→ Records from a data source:

↓↓↓

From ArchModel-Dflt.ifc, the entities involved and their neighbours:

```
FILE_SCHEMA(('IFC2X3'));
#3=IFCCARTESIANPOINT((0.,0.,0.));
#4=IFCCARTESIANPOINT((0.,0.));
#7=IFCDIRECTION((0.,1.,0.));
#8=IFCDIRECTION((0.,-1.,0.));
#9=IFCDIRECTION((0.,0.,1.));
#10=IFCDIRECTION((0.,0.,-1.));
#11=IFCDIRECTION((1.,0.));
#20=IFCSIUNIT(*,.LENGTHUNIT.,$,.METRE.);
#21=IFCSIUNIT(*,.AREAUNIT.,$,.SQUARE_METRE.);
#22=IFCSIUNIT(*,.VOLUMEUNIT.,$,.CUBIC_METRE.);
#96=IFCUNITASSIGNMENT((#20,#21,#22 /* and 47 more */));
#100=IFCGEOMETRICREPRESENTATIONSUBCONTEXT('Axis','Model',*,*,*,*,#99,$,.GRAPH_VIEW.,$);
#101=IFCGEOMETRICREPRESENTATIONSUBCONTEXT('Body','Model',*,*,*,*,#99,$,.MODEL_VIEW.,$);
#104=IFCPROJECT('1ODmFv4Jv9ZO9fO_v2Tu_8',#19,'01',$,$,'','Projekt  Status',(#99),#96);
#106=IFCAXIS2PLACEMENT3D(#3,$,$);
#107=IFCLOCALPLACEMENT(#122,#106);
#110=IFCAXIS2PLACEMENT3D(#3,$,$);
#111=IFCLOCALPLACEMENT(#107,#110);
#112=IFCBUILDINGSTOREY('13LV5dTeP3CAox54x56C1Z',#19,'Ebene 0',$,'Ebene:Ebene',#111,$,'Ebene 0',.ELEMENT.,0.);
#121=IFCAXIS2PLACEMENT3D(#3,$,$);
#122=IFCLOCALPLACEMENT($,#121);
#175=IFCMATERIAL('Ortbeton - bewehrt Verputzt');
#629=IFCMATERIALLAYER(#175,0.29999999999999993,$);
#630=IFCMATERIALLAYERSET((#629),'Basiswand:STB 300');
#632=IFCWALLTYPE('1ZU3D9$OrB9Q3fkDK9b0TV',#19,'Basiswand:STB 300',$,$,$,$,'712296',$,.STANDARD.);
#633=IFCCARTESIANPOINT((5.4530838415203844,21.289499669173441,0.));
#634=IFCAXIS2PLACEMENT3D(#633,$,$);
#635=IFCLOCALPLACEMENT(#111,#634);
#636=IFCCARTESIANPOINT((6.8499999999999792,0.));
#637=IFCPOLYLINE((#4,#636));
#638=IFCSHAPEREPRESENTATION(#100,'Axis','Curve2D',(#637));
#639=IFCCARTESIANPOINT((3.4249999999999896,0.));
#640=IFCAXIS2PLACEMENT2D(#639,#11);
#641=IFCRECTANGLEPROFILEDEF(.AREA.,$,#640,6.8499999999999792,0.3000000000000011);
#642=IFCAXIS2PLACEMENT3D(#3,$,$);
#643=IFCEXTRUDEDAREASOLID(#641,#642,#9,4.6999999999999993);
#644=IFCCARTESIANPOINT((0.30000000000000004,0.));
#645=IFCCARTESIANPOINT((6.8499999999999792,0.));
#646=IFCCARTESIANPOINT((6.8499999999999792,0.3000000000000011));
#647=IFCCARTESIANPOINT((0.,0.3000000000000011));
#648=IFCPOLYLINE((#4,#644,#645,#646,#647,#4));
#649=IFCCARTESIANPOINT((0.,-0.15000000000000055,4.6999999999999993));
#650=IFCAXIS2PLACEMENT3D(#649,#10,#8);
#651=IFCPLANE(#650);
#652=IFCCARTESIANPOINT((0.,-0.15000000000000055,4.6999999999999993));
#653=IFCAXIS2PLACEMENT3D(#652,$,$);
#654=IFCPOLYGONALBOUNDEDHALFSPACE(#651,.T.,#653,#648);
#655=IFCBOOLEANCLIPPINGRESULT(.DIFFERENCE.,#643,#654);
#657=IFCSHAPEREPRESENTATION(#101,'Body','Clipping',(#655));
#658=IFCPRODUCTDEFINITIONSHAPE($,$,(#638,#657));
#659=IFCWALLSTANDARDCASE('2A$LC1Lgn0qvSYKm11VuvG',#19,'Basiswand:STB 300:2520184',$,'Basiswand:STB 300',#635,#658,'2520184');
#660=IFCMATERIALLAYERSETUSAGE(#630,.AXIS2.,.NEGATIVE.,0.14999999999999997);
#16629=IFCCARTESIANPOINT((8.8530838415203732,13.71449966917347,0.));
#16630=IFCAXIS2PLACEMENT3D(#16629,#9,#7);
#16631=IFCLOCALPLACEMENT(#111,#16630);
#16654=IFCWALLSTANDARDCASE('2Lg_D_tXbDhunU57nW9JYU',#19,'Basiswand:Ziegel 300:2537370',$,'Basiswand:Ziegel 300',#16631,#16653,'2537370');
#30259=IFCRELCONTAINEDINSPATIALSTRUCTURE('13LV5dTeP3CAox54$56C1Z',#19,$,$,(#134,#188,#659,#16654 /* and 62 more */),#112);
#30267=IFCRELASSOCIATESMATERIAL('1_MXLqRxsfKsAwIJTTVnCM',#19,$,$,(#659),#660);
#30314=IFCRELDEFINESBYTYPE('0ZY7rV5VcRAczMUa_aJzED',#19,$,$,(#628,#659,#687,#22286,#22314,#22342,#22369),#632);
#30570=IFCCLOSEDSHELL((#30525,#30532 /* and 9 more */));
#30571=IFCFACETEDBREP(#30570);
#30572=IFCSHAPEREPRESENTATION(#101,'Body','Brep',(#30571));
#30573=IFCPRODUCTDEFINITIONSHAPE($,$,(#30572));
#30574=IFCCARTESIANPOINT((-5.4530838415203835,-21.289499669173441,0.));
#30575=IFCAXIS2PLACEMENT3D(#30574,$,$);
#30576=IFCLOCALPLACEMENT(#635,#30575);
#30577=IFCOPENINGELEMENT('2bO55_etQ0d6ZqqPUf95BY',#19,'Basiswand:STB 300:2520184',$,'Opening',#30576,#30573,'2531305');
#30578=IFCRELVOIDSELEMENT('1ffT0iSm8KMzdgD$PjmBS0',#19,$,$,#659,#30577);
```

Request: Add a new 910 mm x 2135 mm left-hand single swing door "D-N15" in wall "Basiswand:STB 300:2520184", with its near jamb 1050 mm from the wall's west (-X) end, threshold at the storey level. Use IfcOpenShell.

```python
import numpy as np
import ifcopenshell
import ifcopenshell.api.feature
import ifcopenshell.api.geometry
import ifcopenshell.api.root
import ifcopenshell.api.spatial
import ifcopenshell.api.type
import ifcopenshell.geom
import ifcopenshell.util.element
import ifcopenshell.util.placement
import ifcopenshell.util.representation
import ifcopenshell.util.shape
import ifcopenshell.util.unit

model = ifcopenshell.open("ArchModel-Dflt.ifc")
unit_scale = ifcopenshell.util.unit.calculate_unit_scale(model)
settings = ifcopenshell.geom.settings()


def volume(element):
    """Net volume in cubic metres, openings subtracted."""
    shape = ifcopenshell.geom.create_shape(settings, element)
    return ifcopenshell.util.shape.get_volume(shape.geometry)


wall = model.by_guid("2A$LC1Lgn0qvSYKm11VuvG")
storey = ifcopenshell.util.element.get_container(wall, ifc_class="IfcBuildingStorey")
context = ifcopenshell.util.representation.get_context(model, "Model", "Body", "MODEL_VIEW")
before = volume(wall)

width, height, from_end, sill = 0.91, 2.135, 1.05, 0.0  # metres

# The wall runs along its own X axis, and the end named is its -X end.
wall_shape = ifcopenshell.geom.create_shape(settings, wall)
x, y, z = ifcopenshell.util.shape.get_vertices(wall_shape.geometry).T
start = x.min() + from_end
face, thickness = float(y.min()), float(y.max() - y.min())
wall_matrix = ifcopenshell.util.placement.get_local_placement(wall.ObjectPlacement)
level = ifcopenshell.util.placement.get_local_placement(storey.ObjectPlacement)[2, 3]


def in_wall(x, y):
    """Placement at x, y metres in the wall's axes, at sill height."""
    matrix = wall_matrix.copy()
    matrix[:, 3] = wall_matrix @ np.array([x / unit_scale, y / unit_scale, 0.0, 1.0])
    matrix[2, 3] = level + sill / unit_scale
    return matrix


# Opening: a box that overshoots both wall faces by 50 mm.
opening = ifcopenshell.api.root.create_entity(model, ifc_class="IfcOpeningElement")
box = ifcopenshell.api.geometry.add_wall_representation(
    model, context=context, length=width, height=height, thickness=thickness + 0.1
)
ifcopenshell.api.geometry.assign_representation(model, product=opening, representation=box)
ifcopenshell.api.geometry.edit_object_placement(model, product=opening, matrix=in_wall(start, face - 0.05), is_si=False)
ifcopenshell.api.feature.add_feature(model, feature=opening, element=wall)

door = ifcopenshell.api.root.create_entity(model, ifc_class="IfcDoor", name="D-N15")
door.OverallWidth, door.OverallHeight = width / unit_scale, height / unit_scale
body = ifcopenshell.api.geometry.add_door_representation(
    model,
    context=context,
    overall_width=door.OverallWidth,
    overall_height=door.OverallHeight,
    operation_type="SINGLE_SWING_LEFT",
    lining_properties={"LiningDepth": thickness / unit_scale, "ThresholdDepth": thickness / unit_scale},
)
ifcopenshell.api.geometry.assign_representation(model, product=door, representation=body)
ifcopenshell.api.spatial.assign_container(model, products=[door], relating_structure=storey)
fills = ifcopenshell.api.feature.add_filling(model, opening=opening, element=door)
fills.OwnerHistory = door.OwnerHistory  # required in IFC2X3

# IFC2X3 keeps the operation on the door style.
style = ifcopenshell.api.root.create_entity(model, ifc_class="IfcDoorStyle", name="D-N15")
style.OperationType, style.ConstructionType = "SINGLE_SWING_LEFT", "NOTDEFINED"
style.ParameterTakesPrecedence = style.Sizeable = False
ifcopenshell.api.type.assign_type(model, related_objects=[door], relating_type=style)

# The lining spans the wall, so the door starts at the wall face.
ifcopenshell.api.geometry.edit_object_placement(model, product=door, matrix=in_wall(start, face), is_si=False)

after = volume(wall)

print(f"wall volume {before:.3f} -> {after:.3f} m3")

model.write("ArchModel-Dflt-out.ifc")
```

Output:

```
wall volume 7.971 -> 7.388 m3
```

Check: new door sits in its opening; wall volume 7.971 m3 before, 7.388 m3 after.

↑↑↑

Note every line above where the string "IFCPRODUCTDEFINITIONSHAPE" shows up, and copy those lines.

#658=IFCPRODUCTDEFINITIONSHAPE($,$,(#638,#657));
#30573=IFCPRODUCTDEFINITIONSHAPE($,$,(#30572));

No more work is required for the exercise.